Failed tasks in SDDC 5.2

Notes on failed tasks in SDDC 5.2

Failed tasks in SDDC 5.2

Failed tasks in SDDC

Recenlty I faced a weird case with VMware, out of nowhere failed tasks started to show on my SDDC, intially I thought it was something related to password expired, but no, not this time.

Failed tasks in SDDC

The logs don’t lie

People lie, but the logs don’t. After a couple days working with VMware support and we didn’t seem to find any clue of what was happening, by accident I saw something on the SOS healthcheck that caught my attention, it was complaining that the SDDC had problems to connect to my host through API (port 443).

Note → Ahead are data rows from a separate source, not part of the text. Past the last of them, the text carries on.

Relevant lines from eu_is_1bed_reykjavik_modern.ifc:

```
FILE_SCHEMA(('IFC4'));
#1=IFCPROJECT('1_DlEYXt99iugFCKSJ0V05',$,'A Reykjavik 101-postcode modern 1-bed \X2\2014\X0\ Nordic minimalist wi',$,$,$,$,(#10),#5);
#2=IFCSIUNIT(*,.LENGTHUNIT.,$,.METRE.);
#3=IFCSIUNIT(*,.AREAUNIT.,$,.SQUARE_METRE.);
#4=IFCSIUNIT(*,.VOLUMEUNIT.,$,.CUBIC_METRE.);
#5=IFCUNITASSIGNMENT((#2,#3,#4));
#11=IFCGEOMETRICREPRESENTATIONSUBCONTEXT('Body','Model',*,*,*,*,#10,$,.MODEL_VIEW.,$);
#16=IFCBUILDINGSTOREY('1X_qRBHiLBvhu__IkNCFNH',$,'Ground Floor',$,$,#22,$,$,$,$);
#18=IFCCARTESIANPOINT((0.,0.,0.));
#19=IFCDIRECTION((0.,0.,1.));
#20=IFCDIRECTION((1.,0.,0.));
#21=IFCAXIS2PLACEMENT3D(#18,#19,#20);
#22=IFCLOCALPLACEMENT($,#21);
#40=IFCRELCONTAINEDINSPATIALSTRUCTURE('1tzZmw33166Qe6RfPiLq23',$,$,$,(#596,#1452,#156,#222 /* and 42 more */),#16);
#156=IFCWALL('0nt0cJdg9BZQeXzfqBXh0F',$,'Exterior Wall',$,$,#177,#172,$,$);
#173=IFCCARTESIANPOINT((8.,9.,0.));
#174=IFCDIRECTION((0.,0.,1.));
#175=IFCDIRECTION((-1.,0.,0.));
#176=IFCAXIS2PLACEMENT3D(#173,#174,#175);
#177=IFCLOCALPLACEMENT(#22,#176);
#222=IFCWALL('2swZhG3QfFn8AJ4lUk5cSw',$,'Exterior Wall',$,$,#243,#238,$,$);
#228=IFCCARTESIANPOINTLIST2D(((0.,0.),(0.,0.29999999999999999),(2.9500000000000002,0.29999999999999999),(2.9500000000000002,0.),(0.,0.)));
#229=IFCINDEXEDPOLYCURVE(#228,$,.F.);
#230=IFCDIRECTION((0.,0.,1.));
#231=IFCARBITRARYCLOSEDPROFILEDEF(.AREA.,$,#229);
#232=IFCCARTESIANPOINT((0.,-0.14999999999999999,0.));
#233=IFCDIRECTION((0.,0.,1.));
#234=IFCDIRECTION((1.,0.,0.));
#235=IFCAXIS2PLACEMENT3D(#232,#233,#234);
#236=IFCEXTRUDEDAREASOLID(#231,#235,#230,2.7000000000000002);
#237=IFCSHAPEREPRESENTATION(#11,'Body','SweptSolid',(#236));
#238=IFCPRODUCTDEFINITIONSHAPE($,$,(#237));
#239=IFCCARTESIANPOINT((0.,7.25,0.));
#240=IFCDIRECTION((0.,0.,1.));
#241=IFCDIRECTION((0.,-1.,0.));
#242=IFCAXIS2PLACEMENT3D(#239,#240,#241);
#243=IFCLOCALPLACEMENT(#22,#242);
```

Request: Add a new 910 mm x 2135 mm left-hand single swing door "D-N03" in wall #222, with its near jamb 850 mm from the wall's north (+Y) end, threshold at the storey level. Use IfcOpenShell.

```python
import numpy as np
import ifcopenshell
import ifcopenshell.api.feature
import ifcopenshell.api.geometry
import ifcopenshell.api.root
import ifcopenshell.api.spatial
import ifcopenshell.geom
import ifcopenshell.util.element
import ifcopenshell.util.placement
import ifcopenshell.util.representation
import ifcopenshell.util.shape
import ifcopenshell.util.unit

model = ifcopenshell.open("eu_is_1bed_reykjavik_modern.ifc")
unit_scale = ifcopenshell.util.unit.calculate_unit_scale(model)
settings = ifcopenshell.geom.settings()


def volume(element):
    """Net volume in cubic metres, openings subtracted."""
    shape = ifcopenshell.geom.create_shape(settings, element)
    return ifcopenshell.util.shape.get_volume(shape.geometry)


wall = model.by_guid("2swZhG3QfFn8AJ4lUk5cSw")
storey = ifcopenshell.util.element.get_container(wall, ifc_class="IfcBuildingStorey")
context = ifcopenshell.util.representation.get_context(model, "Model", "Body", "MODEL_VIEW")
before = volume(wall)

width, height, from_end, sill = 0.91, 2.135, 0.85, 0.0  # metres

# The wall runs along its own X axis, and the end named is its -X end.
wall_shape = ifcopenshell.geom.create_shape(settings, wall)
x, y, z = ifcopenshell.util.shape.get_vertices(wall_shape.geometry).T
start = x.min() + from_end
face, thickness = float(y.min()), float(y.max() - y.min())
wall_matrix = ifcopenshell.util.placement.get_local_placement(wall.ObjectPlacement)
level = ifcopenshell.util.placement.get_local_placement(storey.ObjectPlacement)[2, 3]


def in_wall(x, y):
    """Placement at x, y metres in the wall's axes, at sill height."""
    matrix = wall_matrix.copy()
    matrix[:, 3] = wall_matrix @ np.array([x / unit_scale, y / unit_scale, 0.0, 1.0])
    matrix[2, 3] = level + sill / unit_scale
    return matrix


# Opening: a box that overshoots both wall faces by 50 mm.
opening = ifcopenshell.api.root.create_entity(model, ifc_class="IfcOpeningElement", predefined_type="OPENING")
box = ifcopenshell.api.geometry.add_wall_representation(
    model, context=context, length=width, height=height, thickness=thickness + 0.1
)
ifcopenshell.api.geometry.assign_representation(model, product=opening, representation=box)
ifcopenshell.api.geometry.edit_object_placement(model, product=opening, matrix=in_wall(start, face - 0.05), is_si=False)
ifcopenshell.api.feature.add_feature(model, feature=opening, element=wall)

door = ifcopenshell.api.root.create_entity(model, ifc_class="IfcDoor", name="D-N03", predefined_type="DOOR")
door.OverallWidth, door.OverallHeight = width / unit_scale, height / unit_scale
door.OperationType = "SINGLE_SWING_LEFT"
body = ifcopenshell.api.geometry.add_door_representation(
    model,
    context=context,
    overall_width=door.OverallWidth,
    overall_height=door.OverallHeight,
    operation_type="SINGLE_SWING_LEFT",
    lining_properties={"LiningDepth": thickness / unit_scale, "ThresholdDepth": thickness / unit_scale},
)
ifcopenshell.api.geometry.assign_representation(model, product=door, representation=body)
ifcopenshell.api.spatial.assign_container(model, products=[door], relating_structure=storey)
ifcopenshell.api.feature.add_filling(model, opening=opening, element=door)

# The lining spans the wall, so the door starts at the wall face.
ifcopenshell.api.geometry.edit_object_placement(model, product=door, matrix=in_wall(start, face), is_si=False)

after = volume(wall)

print(f"wall volume {before:.3f} -> {after:.3f} m3")

model.write("eu_is_1bed_reykjavik_modern_v2.ifc")
```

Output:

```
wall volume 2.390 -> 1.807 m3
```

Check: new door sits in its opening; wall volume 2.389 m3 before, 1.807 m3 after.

How to run a health check on SDDC

1
/opt/vmware/sddc-support/sos --health-check --domain-name ALL --skip-cert-check
1
2
3
4
5
6
7
|  21 |              ESXi : testhost1.9tec.local               |        Ping status         | GREEN |
|     |                                                                    |  API Connectivity status   |  RED  |

|  21 |              ESXI : testhost1.9tec.local               | svc-vcf-testhost1 |    Jul 20, 2025   |    Never     |      Never      |         GREEN         |
|     |                                                                    |           root          |         -         |      -       |        -        | Failed to get details |
|  21 |              ESXi : testhost1.9tec.local              | NTP Status | YELLOW |
|     |                                                                   |  ESX Time  | YELLOW |

Dang, it reminded me of a situation I found not long ago, where my vSphere replication was causing the reverse proxy on ESXi to exhaust the sessions (the limit is 128). Reference: ESXi hosts go unresponsive on the vCenter Server with maximum connection exceeded for the envoy proxy.

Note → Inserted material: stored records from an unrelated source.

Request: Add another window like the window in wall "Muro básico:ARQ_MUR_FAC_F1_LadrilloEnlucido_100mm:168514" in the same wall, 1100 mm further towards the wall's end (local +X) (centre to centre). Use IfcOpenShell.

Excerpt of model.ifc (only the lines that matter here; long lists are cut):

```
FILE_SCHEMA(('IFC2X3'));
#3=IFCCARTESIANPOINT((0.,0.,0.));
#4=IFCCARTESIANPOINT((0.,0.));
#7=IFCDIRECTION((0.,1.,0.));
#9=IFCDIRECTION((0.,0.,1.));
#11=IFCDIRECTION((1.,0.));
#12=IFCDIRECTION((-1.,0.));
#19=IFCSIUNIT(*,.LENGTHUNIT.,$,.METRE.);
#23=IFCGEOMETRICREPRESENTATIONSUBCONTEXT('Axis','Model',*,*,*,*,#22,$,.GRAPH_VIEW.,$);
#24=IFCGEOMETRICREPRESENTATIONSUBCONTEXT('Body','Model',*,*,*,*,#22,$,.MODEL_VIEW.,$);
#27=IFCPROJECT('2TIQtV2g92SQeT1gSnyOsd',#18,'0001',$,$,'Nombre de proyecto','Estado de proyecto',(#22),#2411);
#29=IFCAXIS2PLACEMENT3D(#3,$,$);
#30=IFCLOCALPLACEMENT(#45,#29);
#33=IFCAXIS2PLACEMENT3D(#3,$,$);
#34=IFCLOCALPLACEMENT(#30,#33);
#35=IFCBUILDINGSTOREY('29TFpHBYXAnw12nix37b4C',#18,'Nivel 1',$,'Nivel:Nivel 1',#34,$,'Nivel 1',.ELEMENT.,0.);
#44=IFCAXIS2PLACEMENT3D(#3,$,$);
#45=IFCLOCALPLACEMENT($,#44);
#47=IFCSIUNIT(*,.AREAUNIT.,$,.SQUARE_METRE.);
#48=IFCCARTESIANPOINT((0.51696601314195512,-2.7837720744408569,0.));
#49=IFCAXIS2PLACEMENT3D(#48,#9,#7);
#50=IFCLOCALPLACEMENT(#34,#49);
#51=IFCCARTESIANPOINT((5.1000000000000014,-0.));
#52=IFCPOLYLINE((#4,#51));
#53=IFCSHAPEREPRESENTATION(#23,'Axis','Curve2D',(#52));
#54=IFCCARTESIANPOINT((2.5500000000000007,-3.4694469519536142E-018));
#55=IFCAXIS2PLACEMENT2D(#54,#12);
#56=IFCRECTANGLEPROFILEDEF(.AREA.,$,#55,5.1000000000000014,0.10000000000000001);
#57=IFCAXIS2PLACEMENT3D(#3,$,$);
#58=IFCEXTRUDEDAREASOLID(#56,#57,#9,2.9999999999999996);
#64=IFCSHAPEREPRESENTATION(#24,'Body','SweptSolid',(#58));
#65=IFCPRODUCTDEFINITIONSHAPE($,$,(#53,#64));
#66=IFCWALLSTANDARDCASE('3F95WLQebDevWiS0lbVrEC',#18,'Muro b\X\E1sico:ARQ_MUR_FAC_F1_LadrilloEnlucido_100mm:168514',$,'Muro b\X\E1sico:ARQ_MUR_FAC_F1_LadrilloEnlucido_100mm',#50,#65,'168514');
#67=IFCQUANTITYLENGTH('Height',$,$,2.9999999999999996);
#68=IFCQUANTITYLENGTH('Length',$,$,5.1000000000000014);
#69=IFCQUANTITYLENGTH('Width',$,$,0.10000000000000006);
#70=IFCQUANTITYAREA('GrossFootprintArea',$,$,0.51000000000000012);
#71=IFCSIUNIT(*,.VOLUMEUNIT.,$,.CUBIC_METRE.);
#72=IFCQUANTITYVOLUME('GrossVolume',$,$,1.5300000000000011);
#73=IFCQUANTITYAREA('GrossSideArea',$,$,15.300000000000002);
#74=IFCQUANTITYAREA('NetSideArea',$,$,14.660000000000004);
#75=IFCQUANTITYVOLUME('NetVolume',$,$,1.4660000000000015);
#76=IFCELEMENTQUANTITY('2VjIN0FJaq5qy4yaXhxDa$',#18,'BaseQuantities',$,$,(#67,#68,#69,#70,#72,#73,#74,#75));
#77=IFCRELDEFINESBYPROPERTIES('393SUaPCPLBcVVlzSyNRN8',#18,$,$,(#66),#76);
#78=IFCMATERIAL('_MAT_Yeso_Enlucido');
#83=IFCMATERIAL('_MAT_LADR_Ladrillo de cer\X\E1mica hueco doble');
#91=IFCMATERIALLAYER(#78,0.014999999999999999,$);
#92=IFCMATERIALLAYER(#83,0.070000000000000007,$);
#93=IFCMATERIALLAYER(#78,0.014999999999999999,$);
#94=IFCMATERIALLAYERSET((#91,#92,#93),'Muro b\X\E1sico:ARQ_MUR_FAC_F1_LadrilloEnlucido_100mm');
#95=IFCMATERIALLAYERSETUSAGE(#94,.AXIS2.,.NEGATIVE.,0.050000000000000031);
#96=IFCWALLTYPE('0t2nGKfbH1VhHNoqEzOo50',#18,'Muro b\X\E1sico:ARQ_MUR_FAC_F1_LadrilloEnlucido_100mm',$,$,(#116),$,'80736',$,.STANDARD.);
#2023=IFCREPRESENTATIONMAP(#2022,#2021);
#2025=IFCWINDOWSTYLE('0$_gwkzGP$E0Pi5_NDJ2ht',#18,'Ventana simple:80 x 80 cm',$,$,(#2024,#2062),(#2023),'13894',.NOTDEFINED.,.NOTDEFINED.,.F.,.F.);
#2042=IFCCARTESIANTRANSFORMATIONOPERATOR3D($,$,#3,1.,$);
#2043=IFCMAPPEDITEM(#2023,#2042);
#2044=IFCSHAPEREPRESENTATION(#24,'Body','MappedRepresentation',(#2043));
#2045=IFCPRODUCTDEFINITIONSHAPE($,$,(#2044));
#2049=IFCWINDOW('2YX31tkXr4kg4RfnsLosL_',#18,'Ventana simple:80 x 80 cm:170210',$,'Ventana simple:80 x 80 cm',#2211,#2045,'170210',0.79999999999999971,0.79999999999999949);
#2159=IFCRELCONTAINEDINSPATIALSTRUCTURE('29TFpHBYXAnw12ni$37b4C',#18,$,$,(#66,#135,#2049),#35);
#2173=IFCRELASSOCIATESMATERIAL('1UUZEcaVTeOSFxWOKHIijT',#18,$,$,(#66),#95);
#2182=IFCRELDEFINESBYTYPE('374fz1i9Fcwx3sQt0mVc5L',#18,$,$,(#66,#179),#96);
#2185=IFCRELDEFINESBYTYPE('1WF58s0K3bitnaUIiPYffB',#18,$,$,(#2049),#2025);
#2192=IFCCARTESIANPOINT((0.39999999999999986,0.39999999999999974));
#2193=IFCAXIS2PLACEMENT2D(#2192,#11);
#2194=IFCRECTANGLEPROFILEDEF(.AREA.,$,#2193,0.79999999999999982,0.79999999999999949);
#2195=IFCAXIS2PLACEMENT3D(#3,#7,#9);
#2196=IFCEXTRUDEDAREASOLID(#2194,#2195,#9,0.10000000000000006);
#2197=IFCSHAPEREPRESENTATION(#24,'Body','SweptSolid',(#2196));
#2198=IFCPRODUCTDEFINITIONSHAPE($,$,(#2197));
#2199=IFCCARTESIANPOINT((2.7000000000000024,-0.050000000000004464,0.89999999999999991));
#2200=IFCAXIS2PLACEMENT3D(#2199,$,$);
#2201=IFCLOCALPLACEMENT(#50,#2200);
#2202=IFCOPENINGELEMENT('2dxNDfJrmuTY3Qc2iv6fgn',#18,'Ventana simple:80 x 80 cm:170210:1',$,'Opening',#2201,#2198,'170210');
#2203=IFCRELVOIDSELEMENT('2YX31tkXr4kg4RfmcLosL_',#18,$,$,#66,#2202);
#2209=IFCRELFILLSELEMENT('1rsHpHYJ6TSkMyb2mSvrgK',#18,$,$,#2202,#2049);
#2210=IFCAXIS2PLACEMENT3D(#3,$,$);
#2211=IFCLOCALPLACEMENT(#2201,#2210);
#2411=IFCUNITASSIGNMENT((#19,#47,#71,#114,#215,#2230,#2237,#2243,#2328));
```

```python
import ifcopenshell
import ifcopenshell.api.feature
import ifcopenshell.api.geometry
import ifcopenshell.api.pset
import ifcopenshell.api.root
import ifcopenshell.geom
import ifcopenshell.util.element
import ifcopenshell.util.placement
import ifcopenshell.util.shape
import ifcopenshell.util.unit

model = ifcopenshell.open("model.ifc")
unit_scale = ifcopenshell.util.unit.calculate_unit_scale(model)
area_scale = ifcopenshell.util.unit.calculate_unit_scale(model, "AREAUNIT")
volume_scale = ifcopenshell.util.unit.calculate_unit_scale(model, "VOLUMEUNIT")
settings = ifcopenshell.geom.settings()


def volume(element):
    """Net volume in cubic metres, openings subtracted."""
    shape = ifcopenshell.geom.create_shape(settings, element)
    return ifcopenshell.util.shape.get_volume(shape.geometry)


def reuse_history(source, copy):
    """copy_class also copies each property set's owner history, people and application; keep the originals."""
    for rel in copy.IsDefinedBy:
        if rel.is_a("IfcRelDefinesByProperties") and (history := rel.RelatingPropertyDefinition.OwnerHistory):
            rel.RelatingPropertyDefinition.OwnerHistory = source.OwnerHistory
            ifcopenshell.util.element.remove_deep2(model, history)


window = model.by_id(2049)
opening = window.FillsVoids[0].RelatingOpeningElement
wall = opening.VoidsElements[0].RelatingBuildingElement
before = volume(wall)
shift = ifcopenshell.util.placement.get_local_placement(wall.ObjectPlacement)[:3, 0] * 1.1 / unit_scale

# copy_class copies the void relationship, type, container and properties, but no geometry.
new_opening = ifcopenshell.api.root.copy_class(model, product=opening)
new_opening.Representation = ifcopenshell.util.element.copy_deep(
    model, opening.Representation, exclude=["IfcGeometricRepresentationContext", "IfcRepresentationMap"]
)
new_opening.Name = "Ventana simple:80 x 80 cm"
new_opening.Tag = None
reuse_history(opening, new_opening)
new_window = ifcopenshell.api.root.copy_class(model, product=window)
new_window.Representation = ifcopenshell.util.element.copy_deep(
    model, window.Representation, exclude=["IfcGeometricRepresentationContext", "IfcRepresentationMap"]
)
new_window.Name = "Ventana simple:80 x 80 cm"
new_window.Tag = None
reuse_history(window, new_window)
fills = ifcopenshell.api.feature.add_filling(model, opening=new_opening, element=new_window)
fills.OwnerHistory = new_window.OwnerHistory  # required in IFC2X3

for old, new in ((opening, new_opening), (window, new_window)):
    matrix = ifcopenshell.util.placement.get_local_placement(old.ObjectPlacement)
    matrix[:3, 3] += shift
    ifcopenshell.api.geometry.edit_object_placement(model, product=new, matrix=matrix, is_si=False)

after = volume(wall)
thickness = 0.1  # wall thickness in metres

# Update the wall's stored quantities.
qto = model.by_id(ifcopenshell.util.element.get_pset(wall, "BaseQuantities", should_inherit=False)["id"])
ifcopenshell.api.pset.edit_qto(model, qto=qto, properties={
    "NetSideArea": after / thickness / area_scale,
    "NetVolume": after / volume_scale,
})

print(f"wall volume {before:.3f} -> {after:.3f} m3")

model.write("model-out.ifc")
```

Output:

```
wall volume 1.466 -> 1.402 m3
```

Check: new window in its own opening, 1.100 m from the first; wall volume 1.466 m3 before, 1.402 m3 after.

Well well, let’s take a look on the envoy.log on this particular host and see what’s going on

1
2
3
less /var/log/envoy.log
## or
less /var/log/envoy.log

Search by the word “exceed” and you’ll see if there are any evidences of exceeding max connections

1
2
3
4
2025-08-13T22:14:06.853Z In(166) envoy[2100238]: "2025-08-13T22:13:57.261Z warning envoy[2100869] [Originator@6876 sub=filter] [Tags: "ConnectionId":"696461"] remote https connections exceed max allowed: 128"
2025-08-13T22:14:06.853Z In(166) envoy[2100238]: "2025-08-13T22:13:57.261Z warning envoy[2100869] [Originator@6876 sub=filter] [Tags: "ConnectionId":"696461"] closing connection TCP<my_vcenter_IP:59956, my_esxi_IP:443>"
2025-08-13T22:14:06.853Z In(166) envoy[2100238]: "2025-08-13T22:13:57.261Z info envoy[2100869] [Originator@6876 sub=connection] [Tags: "ConnectionId":"696461"] remote address:my_vcenter_IP:59956,TLS_error:|268435588:SSL routines:OPENSSL_internal:CLIENTHELLO_TLSEXT|268435646:SSL routines:OPENSSL_internal:PARSE_TLSEXT"

The workaround

As the KB mentioned above says, there’s no fix for that, but a workaround that consists in disabling the healthcheck on the vSphere replication (that’s what is using the sessions on the ESXi hosts due to enhanced replication fancy checks)

1 - Open a SSH session to the VRMS server on both the sites.

2 - Open file /opt/vmware/hms/conf/hms-configuration.xml with a text editor`

1
vi /opt/vmware/hms/conf/hms-configuration.xml

3 - Set schedule-health-checks to false

4 - Restart HMS service on both sites

1
systemctl restart hms

5 - While configuring enhanced replication, skip the health check. Clicking the “Next” button will allow you to proceed with the replication configuration without performing the health check.

This post is licensed under CC BY 4.0 by the author.